The highly automated manufacturing equipment of many enterprises often lacks the flexibility to react quickly and inexpensively to new needs of the market, though it may have been introduced for the sake of more flexibility.
As an index for this development we find continually sinking availabilities in firms which have fallen for the automation paradigm. In this respect values below 70%, according to the Japanese method of measurement OEE (overall equipment effectiveness), are no rarity.
Many enterprises react to the cost increase due to this situation by shifting production to lands with low wages, but this mostly turns out to be ineffective. Parts of production which are wasteful or contribute nothing to value are certainly less costly abroad but they are mostly taken along.
A further reason why LCA plays a key role in top Japanese enterprises is the effort made to get humans and machines to interact as efficiently as possible. For this sake workers are still given manual tasks. In western enterprises workers stay mostly at only one point or supervise processes, but those in Japanese firms have several functions and look after several processes.
Often they are involved in only simple activities like loading and unloading machines, assembling parts, attaching cables or screwing things in, but these manual activities are precisely what can be lessened by applying simple means and clever ideas. As a rule this is guided and furthered by the team-leader (hancho) with the aim of lessening the number of personnel. In Japanese this is known as shoshinga. The workers who are freed in this way are not sacked but mostly redeployed on other, more important tasks, thanks to which only the best are mostly taken out of the process.
Efforts of this kind lead to many small and simple automations. Mostly this happens within the framework of a wide-reaching campaign within all areas of an enterprise. Hence a few months ago we saw in a Japanese factory run by Denso (in the car industry) an LCA campaign with the aim of making all manual activities so simple that workers have only to load a utility then the fully processed part is tossed off automatically (chaku chaku principle).
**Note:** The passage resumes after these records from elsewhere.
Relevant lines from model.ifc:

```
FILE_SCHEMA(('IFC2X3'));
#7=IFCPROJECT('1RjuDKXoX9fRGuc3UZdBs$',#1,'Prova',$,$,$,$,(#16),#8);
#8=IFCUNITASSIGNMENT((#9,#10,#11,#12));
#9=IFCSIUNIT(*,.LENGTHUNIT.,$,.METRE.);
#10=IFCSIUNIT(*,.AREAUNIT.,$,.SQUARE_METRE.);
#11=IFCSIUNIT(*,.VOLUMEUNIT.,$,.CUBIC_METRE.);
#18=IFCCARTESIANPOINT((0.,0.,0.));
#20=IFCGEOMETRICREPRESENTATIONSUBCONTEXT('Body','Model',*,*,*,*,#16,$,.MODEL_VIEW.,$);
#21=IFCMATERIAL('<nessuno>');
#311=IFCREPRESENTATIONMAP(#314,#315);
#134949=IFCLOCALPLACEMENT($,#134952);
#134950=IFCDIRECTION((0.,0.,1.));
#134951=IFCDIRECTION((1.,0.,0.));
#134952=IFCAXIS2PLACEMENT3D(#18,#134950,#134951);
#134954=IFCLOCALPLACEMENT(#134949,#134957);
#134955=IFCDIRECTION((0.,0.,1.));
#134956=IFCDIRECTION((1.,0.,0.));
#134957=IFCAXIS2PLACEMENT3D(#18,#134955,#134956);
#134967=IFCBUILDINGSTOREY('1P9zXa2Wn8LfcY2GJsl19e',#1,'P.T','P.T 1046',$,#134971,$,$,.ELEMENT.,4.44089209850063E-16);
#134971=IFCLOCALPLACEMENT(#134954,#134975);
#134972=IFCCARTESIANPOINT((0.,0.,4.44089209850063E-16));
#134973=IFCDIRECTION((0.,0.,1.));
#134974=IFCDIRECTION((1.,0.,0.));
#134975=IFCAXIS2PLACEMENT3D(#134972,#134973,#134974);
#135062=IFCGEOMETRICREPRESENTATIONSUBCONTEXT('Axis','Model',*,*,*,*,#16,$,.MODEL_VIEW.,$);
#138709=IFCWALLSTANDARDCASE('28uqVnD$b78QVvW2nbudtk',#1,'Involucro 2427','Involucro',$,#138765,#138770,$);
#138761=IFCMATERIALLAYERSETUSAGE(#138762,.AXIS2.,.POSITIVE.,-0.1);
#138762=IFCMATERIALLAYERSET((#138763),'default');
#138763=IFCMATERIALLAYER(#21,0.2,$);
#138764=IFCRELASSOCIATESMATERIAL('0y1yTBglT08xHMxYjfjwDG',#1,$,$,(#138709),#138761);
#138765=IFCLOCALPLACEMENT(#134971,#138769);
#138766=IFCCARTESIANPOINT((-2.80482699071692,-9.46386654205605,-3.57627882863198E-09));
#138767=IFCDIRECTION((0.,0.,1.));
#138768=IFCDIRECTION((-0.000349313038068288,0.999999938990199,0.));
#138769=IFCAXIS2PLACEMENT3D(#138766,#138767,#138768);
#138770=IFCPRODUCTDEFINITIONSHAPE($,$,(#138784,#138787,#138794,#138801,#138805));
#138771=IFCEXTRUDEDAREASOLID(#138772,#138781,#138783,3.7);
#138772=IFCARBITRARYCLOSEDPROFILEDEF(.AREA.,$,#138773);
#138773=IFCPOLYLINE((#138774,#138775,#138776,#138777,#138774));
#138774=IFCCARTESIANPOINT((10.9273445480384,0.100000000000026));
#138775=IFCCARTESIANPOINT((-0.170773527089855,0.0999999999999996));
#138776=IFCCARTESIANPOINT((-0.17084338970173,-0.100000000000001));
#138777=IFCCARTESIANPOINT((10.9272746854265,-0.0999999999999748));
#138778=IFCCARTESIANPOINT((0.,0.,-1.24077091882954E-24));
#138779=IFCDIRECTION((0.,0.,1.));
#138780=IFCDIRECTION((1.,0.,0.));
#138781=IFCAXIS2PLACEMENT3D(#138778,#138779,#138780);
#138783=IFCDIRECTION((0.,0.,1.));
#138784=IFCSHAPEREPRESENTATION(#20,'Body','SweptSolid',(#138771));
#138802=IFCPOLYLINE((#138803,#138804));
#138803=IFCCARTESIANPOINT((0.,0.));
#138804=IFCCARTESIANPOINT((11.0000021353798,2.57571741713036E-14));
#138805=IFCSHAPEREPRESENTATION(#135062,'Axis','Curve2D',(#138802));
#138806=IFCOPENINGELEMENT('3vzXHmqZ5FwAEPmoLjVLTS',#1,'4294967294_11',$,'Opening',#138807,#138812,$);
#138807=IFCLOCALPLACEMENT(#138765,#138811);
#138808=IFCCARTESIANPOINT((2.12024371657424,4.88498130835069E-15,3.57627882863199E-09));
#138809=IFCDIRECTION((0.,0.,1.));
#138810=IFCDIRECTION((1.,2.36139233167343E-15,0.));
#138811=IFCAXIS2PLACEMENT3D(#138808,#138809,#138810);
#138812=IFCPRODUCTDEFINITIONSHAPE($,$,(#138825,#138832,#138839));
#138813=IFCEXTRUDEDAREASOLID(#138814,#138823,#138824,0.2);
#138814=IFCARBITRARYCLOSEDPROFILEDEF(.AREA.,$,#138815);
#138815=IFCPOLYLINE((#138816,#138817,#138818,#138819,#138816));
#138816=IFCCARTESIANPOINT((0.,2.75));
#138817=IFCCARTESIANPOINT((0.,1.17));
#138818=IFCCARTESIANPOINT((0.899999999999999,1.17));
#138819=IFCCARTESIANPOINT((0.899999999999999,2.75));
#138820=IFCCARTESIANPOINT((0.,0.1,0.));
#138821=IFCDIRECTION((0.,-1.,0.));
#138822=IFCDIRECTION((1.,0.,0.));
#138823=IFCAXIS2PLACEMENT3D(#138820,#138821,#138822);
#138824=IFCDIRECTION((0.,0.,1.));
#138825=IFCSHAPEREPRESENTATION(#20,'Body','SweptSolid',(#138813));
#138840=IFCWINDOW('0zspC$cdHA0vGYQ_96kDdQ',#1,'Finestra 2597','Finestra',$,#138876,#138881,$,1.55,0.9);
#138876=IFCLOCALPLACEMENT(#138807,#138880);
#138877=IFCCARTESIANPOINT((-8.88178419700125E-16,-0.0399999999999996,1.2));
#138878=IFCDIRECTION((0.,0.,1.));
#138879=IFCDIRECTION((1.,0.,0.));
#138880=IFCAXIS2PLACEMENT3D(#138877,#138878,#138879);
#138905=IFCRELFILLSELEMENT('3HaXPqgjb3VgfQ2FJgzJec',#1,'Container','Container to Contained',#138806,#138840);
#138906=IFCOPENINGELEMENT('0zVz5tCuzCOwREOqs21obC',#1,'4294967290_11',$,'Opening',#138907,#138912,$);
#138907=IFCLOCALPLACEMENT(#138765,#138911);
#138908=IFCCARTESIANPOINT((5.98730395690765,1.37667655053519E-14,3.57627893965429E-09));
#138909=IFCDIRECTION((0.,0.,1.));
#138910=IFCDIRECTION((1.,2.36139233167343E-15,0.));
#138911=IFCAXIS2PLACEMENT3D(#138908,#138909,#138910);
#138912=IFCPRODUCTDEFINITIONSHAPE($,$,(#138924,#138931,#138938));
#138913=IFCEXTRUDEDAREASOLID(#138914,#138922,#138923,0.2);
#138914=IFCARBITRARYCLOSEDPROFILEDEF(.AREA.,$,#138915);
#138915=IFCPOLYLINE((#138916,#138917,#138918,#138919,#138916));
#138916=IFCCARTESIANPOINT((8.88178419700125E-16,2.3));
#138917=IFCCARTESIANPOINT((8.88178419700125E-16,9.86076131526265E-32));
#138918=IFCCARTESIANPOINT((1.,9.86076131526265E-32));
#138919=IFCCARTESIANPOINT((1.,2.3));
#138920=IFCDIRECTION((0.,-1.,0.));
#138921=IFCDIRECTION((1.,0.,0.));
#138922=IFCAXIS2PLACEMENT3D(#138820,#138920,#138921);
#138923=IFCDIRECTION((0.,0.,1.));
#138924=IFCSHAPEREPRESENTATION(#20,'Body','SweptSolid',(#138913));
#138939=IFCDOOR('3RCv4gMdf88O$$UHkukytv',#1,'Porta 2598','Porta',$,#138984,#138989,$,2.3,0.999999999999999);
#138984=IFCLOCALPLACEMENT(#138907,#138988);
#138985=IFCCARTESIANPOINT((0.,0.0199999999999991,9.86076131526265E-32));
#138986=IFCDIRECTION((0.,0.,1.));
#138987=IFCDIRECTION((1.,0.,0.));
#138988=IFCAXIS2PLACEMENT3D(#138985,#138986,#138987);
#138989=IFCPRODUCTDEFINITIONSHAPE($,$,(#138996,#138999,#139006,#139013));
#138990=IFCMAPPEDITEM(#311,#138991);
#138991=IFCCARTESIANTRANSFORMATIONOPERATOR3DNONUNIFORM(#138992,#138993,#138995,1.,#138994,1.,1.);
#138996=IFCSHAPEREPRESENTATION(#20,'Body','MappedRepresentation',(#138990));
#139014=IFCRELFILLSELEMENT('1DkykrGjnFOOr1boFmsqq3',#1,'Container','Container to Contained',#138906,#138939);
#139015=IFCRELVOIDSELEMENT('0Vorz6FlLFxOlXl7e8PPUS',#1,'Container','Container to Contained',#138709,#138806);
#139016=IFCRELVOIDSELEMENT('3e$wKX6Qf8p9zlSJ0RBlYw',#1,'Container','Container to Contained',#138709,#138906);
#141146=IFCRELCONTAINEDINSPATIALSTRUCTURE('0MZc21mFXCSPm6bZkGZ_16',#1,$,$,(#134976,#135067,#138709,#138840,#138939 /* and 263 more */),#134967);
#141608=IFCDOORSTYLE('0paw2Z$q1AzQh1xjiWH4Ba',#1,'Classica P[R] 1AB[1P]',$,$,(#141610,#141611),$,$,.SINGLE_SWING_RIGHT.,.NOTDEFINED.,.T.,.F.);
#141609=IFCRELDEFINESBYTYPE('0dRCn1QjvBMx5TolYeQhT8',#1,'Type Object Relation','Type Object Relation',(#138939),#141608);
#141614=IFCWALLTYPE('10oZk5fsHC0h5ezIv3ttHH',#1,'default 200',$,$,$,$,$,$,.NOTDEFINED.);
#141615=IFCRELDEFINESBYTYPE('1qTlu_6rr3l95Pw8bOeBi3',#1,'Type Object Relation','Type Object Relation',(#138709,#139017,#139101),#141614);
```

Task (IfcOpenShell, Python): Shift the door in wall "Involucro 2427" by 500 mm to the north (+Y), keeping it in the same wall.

```python
import ifcopenshell
import ifcopenshell.api.geometry
import ifcopenshell.util.placement
import ifcopenshell.util.unit

model = ifcopenshell.open("model.ifc")
unit_scale = ifcopenshell.util.unit.calculate_unit_scale(model)

door = model.by_id(138939)
opening = door.FillsVoids[0].RelatingOpeningElement
wall = opening.VoidsElements[0].RelatingBuildingElement

wall_matrix = ifcopenshell.util.placement.get_local_placement(wall.ObjectPlacement)
shift = wall_matrix[:3, 0] * 0.5 / unit_scale
before = ifcopenshell.util.placement.get_local_placement(door.ObjectPlacement)[:3, 3].copy()

# The door is placed relative to its opening, so it follows when the opening moves.
matrix = ifcopenshell.util.placement.get_local_placement(opening.ObjectPlacement)
matrix[:3, 3] += shift
ifcopenshell.api.geometry.edit_object_placement(
    model, product=opening, matrix=matrix, is_si=False, should_transform_children=True
)

after = ifcopenshell.util.placement.get_local_placement(door.ObjectPlacement)[:3, 3]
print("door moved by", (after - before).round(3) + 0.0)

model.write("model_rev.ifc")
```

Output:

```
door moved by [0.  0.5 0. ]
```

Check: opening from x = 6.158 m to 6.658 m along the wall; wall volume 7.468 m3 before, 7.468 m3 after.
Another instance is the gear-maker Jatco Fuji, who is presently carrying out a ‘one motion campaign’. The campaign’s aim is to optimize all movements to such an extent that they call for only a touch and take no longer than 0.1 minutes.
A further element to be mentioned in connection with LCA is called jidoka or autonomation. This refers to a workshop without workers and to a process supervised by a machine on its own. If there are deviations from the normal production process, owing for instance to defects or a tool’s breaking or a lack of supplies, or if faults have to be avoided, the machine stops of its own accord and beckons a worker to intervene.
The underlying philosophy of production calls for lean or simple resources, and since these can seldom be supplied from outside, they are often made by the enterprise itself. Since this calls for planning engineers with notable experience in production within the enterprise, no one without this experience is ever called on by Japanese enterprises to take part in planning. Moreover planning and production are mostly brought to together in terms of space and organization.
In contrast to this, planning in the West is mostly based on specialist knowledge from technical colleges, and planning and production are spatially and functionally separate. This often leads to redundancy and to plants’ being oversized.
The introduction of LCA thus presupposes global thinking or a change of traditional notions of manufacturing.